Traveling Hearts for Krista



Time goes by so quickly it's difficult to remember dates...I think it was September 2006 when the Dubai Quilters Guild each did a block for our Quilt Pink charity quilt designed by one of our members, Cynthia Tomaszewski. find her at her Simple Pleasures website http://www.simpleas.com/designs.html. My daughter loved the design so I made this quilt for her using just the hearts from the design...my daughter wanted pastels and especially wanted me to add in lavendars/purples to remember her great grandmothers favorite colors...so from my Dubai stash I was able to make this quilt. The Teddy Bear Label I found somewhere on the internet only it was not a label it was something else I do not even remember what. I sewed all these hearts by hand on plane and auto trips over about a six month period...hence....Traveling Hearts. Somewhere I have a picture of the original quilt that our guild made...it was just absolutely gorgeous and was raffled off for Breast Cancer Research that year. The original had appliqued flowers and vines all around the border and was all pink.

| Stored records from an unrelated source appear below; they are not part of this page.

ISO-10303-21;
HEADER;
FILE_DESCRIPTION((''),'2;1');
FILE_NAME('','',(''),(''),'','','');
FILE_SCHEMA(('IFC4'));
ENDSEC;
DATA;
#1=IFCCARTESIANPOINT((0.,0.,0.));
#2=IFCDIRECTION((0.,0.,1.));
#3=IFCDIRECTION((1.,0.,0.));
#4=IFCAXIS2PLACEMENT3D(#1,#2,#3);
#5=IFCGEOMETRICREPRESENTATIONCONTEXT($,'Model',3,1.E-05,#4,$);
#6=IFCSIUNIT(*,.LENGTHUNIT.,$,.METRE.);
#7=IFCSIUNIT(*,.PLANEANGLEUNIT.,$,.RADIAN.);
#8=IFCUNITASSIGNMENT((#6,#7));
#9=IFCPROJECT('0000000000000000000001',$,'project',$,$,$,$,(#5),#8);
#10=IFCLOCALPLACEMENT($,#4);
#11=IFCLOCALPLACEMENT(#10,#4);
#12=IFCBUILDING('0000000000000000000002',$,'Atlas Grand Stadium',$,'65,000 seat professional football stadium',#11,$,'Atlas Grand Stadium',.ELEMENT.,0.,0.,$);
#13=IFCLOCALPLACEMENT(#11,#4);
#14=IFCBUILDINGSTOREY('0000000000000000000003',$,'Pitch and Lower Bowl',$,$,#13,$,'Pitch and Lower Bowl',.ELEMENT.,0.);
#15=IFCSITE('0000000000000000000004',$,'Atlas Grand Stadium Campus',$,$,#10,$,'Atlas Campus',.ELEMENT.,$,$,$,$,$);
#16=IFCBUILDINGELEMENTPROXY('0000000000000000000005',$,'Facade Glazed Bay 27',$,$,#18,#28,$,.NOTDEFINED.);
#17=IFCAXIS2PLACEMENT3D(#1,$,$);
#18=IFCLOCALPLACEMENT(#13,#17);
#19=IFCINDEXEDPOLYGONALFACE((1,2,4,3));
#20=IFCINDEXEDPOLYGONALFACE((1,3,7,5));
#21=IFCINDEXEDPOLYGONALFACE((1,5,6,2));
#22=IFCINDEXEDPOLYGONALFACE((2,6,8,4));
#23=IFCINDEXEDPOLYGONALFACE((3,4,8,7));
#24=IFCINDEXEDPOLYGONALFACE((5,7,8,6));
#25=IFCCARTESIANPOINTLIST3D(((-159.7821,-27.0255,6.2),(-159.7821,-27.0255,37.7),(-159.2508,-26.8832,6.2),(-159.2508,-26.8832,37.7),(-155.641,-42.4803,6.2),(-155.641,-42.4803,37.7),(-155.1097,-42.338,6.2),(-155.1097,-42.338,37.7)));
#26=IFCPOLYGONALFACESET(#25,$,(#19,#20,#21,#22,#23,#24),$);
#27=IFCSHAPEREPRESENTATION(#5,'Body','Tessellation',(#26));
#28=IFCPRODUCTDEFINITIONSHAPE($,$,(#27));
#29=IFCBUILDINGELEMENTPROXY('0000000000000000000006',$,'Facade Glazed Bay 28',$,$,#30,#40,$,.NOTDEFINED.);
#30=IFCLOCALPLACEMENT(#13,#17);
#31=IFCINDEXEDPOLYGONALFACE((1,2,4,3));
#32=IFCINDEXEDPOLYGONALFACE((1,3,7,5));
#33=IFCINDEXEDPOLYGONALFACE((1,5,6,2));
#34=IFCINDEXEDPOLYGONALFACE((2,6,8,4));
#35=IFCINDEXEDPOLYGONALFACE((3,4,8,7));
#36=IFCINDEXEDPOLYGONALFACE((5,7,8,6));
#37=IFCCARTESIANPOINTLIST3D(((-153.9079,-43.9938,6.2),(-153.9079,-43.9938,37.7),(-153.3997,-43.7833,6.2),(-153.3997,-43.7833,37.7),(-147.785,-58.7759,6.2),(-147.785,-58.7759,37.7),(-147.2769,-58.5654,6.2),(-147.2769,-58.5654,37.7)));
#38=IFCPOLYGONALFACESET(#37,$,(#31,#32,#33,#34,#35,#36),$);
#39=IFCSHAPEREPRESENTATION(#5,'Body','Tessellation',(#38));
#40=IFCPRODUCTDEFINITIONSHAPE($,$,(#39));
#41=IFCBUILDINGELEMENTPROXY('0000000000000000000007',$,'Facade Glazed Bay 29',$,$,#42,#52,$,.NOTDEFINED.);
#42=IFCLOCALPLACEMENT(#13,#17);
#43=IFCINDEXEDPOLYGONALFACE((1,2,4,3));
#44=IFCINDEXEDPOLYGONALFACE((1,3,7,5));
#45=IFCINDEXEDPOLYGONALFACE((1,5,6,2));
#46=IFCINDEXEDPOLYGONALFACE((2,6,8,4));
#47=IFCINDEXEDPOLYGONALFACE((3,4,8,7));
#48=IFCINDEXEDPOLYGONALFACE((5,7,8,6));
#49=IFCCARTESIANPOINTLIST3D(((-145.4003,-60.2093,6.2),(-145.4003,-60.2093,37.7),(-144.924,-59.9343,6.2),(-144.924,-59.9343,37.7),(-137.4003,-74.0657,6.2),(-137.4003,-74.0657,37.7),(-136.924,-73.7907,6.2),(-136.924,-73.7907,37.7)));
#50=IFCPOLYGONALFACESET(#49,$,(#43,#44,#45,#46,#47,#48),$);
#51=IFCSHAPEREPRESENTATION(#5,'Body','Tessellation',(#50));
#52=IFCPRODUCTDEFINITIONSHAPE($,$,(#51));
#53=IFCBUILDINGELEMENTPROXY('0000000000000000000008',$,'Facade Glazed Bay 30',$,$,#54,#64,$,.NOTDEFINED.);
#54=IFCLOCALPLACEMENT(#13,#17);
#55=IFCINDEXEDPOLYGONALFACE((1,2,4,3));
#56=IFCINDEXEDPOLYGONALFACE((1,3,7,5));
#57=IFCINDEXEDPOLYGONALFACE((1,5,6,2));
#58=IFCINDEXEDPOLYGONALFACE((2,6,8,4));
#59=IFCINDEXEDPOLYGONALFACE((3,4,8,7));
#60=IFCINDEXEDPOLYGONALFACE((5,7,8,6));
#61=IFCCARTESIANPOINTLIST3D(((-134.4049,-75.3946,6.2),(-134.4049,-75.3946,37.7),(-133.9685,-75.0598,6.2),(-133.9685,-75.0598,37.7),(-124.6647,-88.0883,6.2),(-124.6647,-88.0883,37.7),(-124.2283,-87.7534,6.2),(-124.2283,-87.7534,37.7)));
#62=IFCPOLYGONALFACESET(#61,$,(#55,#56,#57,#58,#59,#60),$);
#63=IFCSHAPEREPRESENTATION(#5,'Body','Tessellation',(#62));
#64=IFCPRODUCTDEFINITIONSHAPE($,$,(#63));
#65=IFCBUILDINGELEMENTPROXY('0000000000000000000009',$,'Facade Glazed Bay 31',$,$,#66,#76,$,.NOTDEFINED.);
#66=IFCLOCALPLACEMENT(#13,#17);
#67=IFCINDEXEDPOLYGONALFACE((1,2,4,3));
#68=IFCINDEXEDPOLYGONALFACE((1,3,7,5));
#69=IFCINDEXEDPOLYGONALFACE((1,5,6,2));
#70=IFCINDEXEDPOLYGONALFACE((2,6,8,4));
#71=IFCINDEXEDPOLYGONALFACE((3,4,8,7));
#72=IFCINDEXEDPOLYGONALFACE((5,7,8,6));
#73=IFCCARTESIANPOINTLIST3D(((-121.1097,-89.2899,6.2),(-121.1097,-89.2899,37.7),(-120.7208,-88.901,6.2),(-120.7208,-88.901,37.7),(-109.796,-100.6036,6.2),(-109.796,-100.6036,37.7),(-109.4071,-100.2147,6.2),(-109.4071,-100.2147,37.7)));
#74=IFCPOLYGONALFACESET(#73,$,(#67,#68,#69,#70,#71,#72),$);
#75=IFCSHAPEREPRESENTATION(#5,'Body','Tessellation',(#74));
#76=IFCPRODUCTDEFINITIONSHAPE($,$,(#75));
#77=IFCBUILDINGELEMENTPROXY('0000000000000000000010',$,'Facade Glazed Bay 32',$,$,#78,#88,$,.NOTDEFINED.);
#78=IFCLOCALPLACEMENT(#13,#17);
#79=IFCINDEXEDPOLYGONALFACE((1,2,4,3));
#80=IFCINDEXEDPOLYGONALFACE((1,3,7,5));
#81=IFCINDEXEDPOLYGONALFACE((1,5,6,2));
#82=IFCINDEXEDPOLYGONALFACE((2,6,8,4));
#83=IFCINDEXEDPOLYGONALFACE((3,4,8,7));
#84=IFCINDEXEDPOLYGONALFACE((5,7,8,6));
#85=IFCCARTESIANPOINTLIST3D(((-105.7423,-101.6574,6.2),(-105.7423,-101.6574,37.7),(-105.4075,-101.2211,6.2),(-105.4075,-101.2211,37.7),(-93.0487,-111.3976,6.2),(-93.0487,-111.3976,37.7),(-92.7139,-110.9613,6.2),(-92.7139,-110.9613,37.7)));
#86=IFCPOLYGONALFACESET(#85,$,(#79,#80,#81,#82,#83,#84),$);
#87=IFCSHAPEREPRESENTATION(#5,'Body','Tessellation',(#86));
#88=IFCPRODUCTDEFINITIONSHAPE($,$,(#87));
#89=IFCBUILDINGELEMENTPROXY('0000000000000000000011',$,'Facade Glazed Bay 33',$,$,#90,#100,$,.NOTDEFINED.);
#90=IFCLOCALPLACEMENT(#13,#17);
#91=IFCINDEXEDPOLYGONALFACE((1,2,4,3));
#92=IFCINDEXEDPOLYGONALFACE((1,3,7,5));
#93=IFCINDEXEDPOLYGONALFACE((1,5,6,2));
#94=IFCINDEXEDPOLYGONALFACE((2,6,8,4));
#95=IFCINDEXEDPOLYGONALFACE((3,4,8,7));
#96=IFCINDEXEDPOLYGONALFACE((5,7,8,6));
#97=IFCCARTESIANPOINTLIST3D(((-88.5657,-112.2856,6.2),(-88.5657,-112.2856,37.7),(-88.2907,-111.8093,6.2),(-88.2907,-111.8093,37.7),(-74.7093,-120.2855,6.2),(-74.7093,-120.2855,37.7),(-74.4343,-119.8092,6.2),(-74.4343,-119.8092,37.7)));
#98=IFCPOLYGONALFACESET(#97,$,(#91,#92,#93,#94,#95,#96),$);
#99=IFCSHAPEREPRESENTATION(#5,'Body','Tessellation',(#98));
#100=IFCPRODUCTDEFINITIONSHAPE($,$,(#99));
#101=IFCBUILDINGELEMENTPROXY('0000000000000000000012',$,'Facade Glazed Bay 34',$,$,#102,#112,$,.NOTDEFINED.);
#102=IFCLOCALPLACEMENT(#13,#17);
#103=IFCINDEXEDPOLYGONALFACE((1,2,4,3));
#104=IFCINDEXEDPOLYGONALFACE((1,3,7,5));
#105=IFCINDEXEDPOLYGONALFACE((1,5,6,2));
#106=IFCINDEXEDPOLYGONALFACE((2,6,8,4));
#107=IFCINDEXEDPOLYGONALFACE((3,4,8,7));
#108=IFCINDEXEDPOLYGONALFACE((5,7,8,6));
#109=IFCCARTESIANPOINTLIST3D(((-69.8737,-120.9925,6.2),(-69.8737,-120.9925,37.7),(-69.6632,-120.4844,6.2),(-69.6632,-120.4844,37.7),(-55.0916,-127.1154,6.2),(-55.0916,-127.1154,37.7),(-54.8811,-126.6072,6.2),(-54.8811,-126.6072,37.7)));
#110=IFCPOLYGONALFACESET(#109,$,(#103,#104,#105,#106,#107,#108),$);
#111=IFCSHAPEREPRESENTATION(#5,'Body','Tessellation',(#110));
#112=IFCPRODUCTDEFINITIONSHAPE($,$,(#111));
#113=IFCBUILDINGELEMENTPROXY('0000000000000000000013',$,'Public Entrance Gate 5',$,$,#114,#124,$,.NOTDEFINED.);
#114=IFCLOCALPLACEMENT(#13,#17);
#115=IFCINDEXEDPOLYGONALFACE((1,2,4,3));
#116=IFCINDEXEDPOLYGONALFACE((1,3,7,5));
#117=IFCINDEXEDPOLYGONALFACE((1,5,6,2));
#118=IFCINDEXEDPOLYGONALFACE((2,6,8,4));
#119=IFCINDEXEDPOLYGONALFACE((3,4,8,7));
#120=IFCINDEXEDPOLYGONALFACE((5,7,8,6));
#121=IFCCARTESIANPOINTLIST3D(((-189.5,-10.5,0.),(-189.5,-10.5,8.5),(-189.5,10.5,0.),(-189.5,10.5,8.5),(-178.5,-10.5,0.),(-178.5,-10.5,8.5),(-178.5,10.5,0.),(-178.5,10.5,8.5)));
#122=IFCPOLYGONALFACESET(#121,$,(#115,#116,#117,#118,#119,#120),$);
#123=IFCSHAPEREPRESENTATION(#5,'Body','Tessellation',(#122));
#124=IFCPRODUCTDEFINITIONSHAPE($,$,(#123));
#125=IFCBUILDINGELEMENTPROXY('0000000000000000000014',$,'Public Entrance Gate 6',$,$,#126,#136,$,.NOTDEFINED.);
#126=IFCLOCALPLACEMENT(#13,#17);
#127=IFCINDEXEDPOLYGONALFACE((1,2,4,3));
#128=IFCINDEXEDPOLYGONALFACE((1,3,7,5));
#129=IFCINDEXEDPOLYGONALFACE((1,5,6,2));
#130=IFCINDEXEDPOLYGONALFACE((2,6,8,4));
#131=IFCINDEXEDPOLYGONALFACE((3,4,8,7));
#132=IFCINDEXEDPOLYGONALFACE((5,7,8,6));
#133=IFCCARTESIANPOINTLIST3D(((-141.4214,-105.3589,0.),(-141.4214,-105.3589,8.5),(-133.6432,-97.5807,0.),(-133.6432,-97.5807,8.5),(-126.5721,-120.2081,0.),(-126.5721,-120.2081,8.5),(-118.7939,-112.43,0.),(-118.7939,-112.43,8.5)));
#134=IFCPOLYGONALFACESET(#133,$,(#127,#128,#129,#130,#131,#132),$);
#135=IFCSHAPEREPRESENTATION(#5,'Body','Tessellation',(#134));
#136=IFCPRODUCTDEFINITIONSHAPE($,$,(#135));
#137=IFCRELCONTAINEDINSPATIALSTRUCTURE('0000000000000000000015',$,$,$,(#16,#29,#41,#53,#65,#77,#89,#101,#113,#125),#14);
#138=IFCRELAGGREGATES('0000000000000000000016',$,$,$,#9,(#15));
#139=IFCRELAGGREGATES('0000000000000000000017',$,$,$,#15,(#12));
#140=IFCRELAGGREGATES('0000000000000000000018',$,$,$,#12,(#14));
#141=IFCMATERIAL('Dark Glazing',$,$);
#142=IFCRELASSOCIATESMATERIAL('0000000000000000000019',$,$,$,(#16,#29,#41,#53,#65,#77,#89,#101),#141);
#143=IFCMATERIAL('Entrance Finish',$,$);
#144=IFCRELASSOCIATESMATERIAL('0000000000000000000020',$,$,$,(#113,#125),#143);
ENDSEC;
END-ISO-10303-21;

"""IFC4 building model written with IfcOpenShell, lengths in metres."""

from ifc_helpers import new_model, si_unit, frame, origin_with_axes, origin_2d_with_axis, place, context, project, spatial, rectangle, extrude, material, element, save


model = new_model("IFC4")

# Units and contexts
model_context = context("Model", 3, precision=1e-05, world=origin_with_axes())
ifc_project = project(units=[si_unit("LENGTHUNIT", "METRE"), si_unit("PLANEANGLEUNIT", "RADIAN")], contexts=[model_context])

# Site, building, storey
site_placement = place(None, origin_with_axes())
site = spatial("IfcSite", under=ifc_project, at=site_placement, Name="Atlas Grand Stadium Campus", LongName="Atlas Campus", CompositionType="ELEMENT")
building_placement = place(site_placement, origin_with_axes())
building = spatial("IfcBuilding", under=site, at=building_placement, Name="Atlas Grand Stadium", ObjectType="65,000 seat professional football stadium", LongName="Atlas Grand Stadium", CompositionType="ELEMENT", ElevationOfRefHeight=0.0, ElevationOfTerrain=0.0)
storey_placement = place(building_placement, origin_with_axes())
storey = spatial("IfcBuildingStorey", under=building, at=storey_placement, Name="Pitch and Lower Bowl", LongName="Pitch and Lower Bowl", CompositionType="ELEMENT", Elevation=0.0)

This is an antique quilt I bought years ago...I call it Don't Fence Me In, does anyone know the real name? I just love it. I don't leave it hanging when we're away as it is handstitched, so it is waiting on our return before I redo my hanging sleeve and rehang it in my dining room. I have already removed those old things on the shelf and redone that area in there.


I made this little quilt for a friend of my daughters, for her little girl Hannah. The friends Aunt had given my daughter a bag full of scraps from a local shop that sells handmade childrens clothing...so I took yellow homespun backgrounds and then used those fabrics to build rag flowers and leaves, added the raspberry sashing and cornerstones from my stash...then had my friend in Dubai, a professional machine quilter quilt it for me. From what I hear little Hannah loves this quilt so much she sleeps with it every night. I named it Just Ducky Flowers.